# All dialects: step aside/move over



## Hemza

Hello,

How do you say "step aside/move over" in your dialect?

In Morocco, we have pretty funny and odd words that I'm sure even our Algerian neighbours wouldn't understand some of them :

ابعد (in the North=عليا, in the South=عنّي)
اقحز (eg7az) although sometimes, it sounds like "ek7az" because of the following ح.
زوّل
سير/امشي: those two are more like "go away".
اتنحّي
حيّد

There may be some others but I don't have them in mind right now.

Thank you for your input .


----------



## tounsi51

Hi

In TA we have

- اكزح
- ابعد
- باعد
- دنى


----------



## Interprete

Hemza said:


> اقحز (eg7az) although sometimes, it sounds like "ek7az" because of the following ح.





tounsi51 said:


> Hi
> - اكزح


Is there a typo or... ?


----------



## Hemza

tounsi51 said:


> In TA we have
> 
> - اكزح



I wouldn't have thought such word exists elsewhere. I guess it is the same as اقحز/اكحز

Thanks ya si tounsi 


Interprete said:


> Is there a typo or... ?


 It is either a typo, or une metathèse (metathesis?). You know, when two sounds are reversed?


----------



## tounsi51

Interprete said:


> Is there a typo or... ?



No it's not, we say اكزح


----------



## Hemza

Any other input?


----------



## Kaju1992

انقلع 
وآخر

In Saudi or زول!


----------



## cherine

In EA وَسَّع and, تعالَ كِدة (come this way) and another one that is a bit rude is تعالَ على جنب.
Actually, even وسع، تعالَ كدة can also be considered rude without additions like ممكن تِوَسَّع شوية، ممكن تيجي كدة/الناحية دي and preferably a لو سمحت، من فضلك .


----------



## elroy

In Palestinian: زِيح or حَيِّد


----------



## Hemza

Kaju1992 said:


> In Saudi or *زول*!





elroy said:


> In Palestinian: *حَيِّد*



I didn't expect them being used somewhere else (or at least, in the same way as in Morocco). @elroy Do you know what is the origin of زيح?



cherine said:


> preferably a لو سمحت، من فضلك .


Thank you  . I only knew وسع. Also, I can't remember last time I heard it being said in a polite way from Maghrebis (not only Moroccans). We would say عافاك in Morocco but this remains theory  (except in a formal context).

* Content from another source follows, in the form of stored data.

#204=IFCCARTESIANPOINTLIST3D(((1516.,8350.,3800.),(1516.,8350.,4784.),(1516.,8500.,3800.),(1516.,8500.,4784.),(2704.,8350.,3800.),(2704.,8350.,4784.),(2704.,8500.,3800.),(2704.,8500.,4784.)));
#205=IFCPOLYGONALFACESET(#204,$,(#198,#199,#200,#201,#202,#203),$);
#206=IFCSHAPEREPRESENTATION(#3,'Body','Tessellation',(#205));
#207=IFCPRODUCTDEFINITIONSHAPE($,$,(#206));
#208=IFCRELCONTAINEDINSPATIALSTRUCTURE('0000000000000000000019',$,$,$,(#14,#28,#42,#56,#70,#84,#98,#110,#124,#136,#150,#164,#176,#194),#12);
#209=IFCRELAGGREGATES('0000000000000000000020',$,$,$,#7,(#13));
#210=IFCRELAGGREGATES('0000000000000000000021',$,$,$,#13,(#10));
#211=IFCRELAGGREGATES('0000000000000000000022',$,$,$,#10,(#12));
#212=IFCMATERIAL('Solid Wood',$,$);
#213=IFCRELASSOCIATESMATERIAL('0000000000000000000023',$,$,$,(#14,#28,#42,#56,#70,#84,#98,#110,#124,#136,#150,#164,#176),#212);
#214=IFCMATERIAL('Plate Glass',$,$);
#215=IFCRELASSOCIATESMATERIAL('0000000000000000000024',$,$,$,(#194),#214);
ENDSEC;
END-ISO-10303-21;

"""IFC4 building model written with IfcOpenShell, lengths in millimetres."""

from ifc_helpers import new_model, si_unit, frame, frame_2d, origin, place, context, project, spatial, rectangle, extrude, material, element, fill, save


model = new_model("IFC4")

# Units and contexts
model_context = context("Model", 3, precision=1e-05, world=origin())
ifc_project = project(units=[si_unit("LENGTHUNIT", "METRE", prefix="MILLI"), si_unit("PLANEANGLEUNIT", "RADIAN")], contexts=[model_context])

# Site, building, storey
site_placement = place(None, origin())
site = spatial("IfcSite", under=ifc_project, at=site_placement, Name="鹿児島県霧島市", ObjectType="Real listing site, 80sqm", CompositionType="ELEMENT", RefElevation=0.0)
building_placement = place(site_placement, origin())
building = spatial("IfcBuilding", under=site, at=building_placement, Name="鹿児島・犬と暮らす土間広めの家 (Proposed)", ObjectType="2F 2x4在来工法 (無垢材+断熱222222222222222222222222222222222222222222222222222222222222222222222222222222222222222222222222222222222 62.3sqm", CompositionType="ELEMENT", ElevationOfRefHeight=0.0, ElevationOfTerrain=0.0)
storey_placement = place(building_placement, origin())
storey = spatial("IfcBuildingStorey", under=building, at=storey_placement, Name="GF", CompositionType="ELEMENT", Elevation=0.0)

Thank you all. Other inputs are of course welcomed.


----------



## elroy

Hemza said:


> I didn't expect them being used somewhere else (or at least, in the same way as in Morocco).

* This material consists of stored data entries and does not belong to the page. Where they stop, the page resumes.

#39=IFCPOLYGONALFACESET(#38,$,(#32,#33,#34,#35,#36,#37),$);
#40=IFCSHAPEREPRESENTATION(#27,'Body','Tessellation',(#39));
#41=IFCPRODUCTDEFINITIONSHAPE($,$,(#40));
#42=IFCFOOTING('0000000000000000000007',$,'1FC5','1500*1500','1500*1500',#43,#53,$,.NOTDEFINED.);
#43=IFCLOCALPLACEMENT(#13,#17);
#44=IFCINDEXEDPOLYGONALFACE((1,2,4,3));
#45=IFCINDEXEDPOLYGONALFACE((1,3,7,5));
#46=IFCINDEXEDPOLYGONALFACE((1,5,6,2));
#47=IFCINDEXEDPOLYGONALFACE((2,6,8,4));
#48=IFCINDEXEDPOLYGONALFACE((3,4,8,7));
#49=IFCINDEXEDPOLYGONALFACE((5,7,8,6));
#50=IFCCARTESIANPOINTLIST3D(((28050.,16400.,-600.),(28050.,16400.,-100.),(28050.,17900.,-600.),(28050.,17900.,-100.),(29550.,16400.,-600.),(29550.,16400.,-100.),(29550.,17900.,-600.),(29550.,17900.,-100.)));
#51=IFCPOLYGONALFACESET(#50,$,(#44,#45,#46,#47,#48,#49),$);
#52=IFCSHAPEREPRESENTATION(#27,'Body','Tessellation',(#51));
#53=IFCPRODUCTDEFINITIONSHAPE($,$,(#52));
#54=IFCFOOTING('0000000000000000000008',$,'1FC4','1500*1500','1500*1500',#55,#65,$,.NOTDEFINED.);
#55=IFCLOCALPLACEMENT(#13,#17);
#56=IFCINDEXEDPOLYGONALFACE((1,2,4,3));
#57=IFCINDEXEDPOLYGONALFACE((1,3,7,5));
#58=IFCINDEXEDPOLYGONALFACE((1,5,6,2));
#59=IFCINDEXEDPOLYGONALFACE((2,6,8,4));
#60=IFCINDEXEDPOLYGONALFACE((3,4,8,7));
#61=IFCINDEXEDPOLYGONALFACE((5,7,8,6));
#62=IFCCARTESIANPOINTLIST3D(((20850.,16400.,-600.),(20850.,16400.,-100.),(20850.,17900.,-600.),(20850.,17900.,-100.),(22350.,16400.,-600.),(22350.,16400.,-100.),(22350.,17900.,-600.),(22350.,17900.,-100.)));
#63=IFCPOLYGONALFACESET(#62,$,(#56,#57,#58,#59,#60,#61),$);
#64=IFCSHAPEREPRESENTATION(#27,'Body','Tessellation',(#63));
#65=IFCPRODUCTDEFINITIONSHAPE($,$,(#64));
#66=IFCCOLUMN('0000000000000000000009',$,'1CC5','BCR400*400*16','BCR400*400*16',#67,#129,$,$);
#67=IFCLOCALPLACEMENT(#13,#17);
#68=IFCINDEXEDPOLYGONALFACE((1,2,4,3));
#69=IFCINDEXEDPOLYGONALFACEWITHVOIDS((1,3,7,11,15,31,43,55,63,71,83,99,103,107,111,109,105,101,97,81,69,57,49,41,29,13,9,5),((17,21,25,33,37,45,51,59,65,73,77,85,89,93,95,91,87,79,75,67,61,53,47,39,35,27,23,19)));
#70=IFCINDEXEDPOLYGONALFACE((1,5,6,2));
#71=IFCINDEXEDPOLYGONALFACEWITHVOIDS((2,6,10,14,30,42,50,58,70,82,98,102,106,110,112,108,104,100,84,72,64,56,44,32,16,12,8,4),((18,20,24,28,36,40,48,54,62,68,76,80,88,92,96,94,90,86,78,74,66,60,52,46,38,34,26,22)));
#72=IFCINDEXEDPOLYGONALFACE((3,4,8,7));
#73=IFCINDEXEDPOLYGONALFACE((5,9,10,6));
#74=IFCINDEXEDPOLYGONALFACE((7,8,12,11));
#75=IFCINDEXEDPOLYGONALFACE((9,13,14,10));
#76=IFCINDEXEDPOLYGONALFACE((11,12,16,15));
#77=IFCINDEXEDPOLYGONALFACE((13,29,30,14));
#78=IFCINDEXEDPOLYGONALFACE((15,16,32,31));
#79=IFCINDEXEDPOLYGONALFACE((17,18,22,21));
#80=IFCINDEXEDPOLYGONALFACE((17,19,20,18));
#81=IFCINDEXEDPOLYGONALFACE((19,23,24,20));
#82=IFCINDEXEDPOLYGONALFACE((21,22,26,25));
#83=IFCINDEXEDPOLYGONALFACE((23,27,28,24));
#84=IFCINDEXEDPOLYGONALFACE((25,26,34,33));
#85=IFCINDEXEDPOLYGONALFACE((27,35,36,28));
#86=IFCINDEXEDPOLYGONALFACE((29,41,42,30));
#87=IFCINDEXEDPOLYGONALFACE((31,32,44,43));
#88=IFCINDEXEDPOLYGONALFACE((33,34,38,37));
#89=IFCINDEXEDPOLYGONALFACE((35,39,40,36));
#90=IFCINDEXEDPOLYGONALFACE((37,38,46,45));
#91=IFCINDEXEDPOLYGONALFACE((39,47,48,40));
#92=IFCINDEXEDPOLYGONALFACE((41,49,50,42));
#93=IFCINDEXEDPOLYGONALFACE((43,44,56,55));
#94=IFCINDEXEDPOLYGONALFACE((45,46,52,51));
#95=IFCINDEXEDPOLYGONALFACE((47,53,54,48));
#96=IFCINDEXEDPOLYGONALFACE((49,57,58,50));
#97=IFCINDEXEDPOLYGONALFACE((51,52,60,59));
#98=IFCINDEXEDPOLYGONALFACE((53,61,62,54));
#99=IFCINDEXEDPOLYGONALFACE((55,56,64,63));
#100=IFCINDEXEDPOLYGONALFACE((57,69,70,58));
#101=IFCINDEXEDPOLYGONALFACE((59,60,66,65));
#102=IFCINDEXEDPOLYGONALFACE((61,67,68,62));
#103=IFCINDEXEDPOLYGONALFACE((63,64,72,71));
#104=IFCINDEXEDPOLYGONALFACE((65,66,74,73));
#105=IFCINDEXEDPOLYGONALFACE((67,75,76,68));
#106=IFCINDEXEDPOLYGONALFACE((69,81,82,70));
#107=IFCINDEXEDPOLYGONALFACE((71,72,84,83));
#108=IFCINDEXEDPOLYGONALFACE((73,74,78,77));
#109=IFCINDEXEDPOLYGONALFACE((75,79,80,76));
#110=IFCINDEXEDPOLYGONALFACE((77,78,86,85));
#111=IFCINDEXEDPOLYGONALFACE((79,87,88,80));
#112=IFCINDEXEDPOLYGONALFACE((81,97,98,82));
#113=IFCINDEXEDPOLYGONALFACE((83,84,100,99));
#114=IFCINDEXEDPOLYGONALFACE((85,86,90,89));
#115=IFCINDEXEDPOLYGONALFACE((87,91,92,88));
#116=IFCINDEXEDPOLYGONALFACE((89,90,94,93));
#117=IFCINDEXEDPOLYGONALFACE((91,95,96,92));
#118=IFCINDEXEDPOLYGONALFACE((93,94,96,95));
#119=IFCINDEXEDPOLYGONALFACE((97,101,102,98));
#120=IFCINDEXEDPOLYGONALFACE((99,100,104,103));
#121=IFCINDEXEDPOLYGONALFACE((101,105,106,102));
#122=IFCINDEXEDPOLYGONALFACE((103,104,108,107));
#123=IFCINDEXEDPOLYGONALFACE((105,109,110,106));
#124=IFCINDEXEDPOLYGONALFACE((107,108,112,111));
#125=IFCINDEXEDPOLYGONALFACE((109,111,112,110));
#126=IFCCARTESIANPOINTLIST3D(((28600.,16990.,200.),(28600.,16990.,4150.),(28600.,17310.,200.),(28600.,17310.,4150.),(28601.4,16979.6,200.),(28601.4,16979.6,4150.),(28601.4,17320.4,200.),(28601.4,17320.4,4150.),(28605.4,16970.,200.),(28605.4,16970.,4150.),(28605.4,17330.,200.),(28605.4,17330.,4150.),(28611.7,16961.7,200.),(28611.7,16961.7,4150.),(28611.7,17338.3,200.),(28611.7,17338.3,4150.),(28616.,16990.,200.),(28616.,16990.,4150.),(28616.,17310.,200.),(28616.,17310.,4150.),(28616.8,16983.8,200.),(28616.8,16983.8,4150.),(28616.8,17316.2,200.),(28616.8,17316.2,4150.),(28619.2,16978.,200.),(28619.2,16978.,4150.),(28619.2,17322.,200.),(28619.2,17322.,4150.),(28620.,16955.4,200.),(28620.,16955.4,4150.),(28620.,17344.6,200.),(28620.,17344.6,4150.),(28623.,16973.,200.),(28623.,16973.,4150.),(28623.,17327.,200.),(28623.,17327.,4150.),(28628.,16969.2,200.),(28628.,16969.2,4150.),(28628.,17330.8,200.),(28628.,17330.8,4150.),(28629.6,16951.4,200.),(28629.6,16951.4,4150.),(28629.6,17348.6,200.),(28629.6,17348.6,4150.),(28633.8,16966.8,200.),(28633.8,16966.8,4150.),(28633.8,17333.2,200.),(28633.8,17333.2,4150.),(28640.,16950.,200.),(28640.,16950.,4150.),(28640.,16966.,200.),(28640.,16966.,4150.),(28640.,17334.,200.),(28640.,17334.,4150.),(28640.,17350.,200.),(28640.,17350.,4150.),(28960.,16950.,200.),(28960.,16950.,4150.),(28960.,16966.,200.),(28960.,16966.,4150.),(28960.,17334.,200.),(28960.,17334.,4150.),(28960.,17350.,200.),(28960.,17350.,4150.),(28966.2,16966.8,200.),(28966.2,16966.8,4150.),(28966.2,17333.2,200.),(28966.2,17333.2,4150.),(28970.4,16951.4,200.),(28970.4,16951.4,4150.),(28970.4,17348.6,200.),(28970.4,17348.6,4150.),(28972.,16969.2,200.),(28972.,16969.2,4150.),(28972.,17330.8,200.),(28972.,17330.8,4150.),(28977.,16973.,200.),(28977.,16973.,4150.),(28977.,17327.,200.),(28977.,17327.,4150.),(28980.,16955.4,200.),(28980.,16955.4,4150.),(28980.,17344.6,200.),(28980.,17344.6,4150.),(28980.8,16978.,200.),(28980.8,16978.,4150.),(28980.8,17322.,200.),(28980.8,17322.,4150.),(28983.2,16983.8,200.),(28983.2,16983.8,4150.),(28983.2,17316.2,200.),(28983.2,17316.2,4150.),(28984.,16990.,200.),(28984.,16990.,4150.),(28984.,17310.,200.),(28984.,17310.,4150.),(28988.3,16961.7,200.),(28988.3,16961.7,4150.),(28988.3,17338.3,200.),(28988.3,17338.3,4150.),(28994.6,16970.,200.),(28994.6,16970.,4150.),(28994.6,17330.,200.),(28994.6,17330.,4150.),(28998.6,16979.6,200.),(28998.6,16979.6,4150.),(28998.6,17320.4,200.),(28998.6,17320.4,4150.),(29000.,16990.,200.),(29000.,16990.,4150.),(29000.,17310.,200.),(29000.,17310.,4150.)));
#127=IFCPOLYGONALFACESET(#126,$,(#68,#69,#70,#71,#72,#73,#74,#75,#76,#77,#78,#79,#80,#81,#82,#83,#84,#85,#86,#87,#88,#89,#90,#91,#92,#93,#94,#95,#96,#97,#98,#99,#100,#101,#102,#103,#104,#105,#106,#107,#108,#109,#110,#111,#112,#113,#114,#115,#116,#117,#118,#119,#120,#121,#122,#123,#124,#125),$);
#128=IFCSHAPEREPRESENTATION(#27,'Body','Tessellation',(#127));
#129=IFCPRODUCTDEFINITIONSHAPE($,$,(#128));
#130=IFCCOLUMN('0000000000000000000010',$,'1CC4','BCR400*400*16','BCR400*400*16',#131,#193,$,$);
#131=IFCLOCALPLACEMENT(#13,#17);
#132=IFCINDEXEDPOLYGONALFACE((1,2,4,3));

 Yes, that is surprising, especially because حَيِّد is regional within Palestine. 


Hemza said:


> Do you know what is the origin of زيح?


 I didn't, but I looked it up and it appears to be an MSA word: تعريف و معنى زاح بالعربي في معجم المعاني الجامع، المعجم الوسيط ،اللغة العربية المعاصر  - معجم عربي عربي - صفحة 1. 


cherine said:


> In EA وَسَّع


 We use وَسِّع too, but that means "make space" as opposed to "move over."  Of course, making space necessitates moving over, but you could also move over for other reasons.  For example, a photographer may tell his photo subject to زِيح or حَيِّد for a better pose, but وَسِّع wouldn't work in that context.


----------



## Mahaodeh

elroy said:


> In Palestinian: زِيح or حَيِّد



I think I may have heard حيّد a couple of times or so, but I think زيح is much more common.

In Iraqi Arabic اتدنى ليغاد means 'move over'. Interestingly, the word اتدنى can also mean 'come closer' if you did not add the ليغاد after it.

For step aside, the expression انطي طريق is commonly used especially if you need the space for others to move. Otherwise it's وخّر that can also mean 'move away' and in some contexts even 'go away'.


----------



## tounsi51

In Morocco حيّد means "to remove" and حيّد علي  "to move over" or "to give space"

اتدنى is close to the Algerian/Tunisian دنى


----------



## momai

In Syria:
بعّدلي هيك 
روح عجنب
زيح شوي
وسّع هيك
 تخِّر (rarely used nowadays, part of the تراث)
-----
Some of the words that are mentioned in this thread but are not used for this purpose in Syria :
حيّد على : to stop by 
تدنى : to become low


----------



## Hemza

tounsi51 said:


> In Morocco حيّد means "to remove" and حيّد علي  "to move over" or "to give space



Actually, one may also say حيّد to say "move aside", like "زوّل". Both are transitive but when used alone, it is implicitly "حيّد/زوّل روحك/راس

دنى probably exists but I never heard it. May be other Moroccans on the forum know better than me


----------



## I.K.S.

Mahaodeh said:


> For step aside, the expression انطي طريق is commonly used especially if you need the space for others to move. Otherwise it's وخّر that can also mean 'move away' and in some contexts even 'go away'.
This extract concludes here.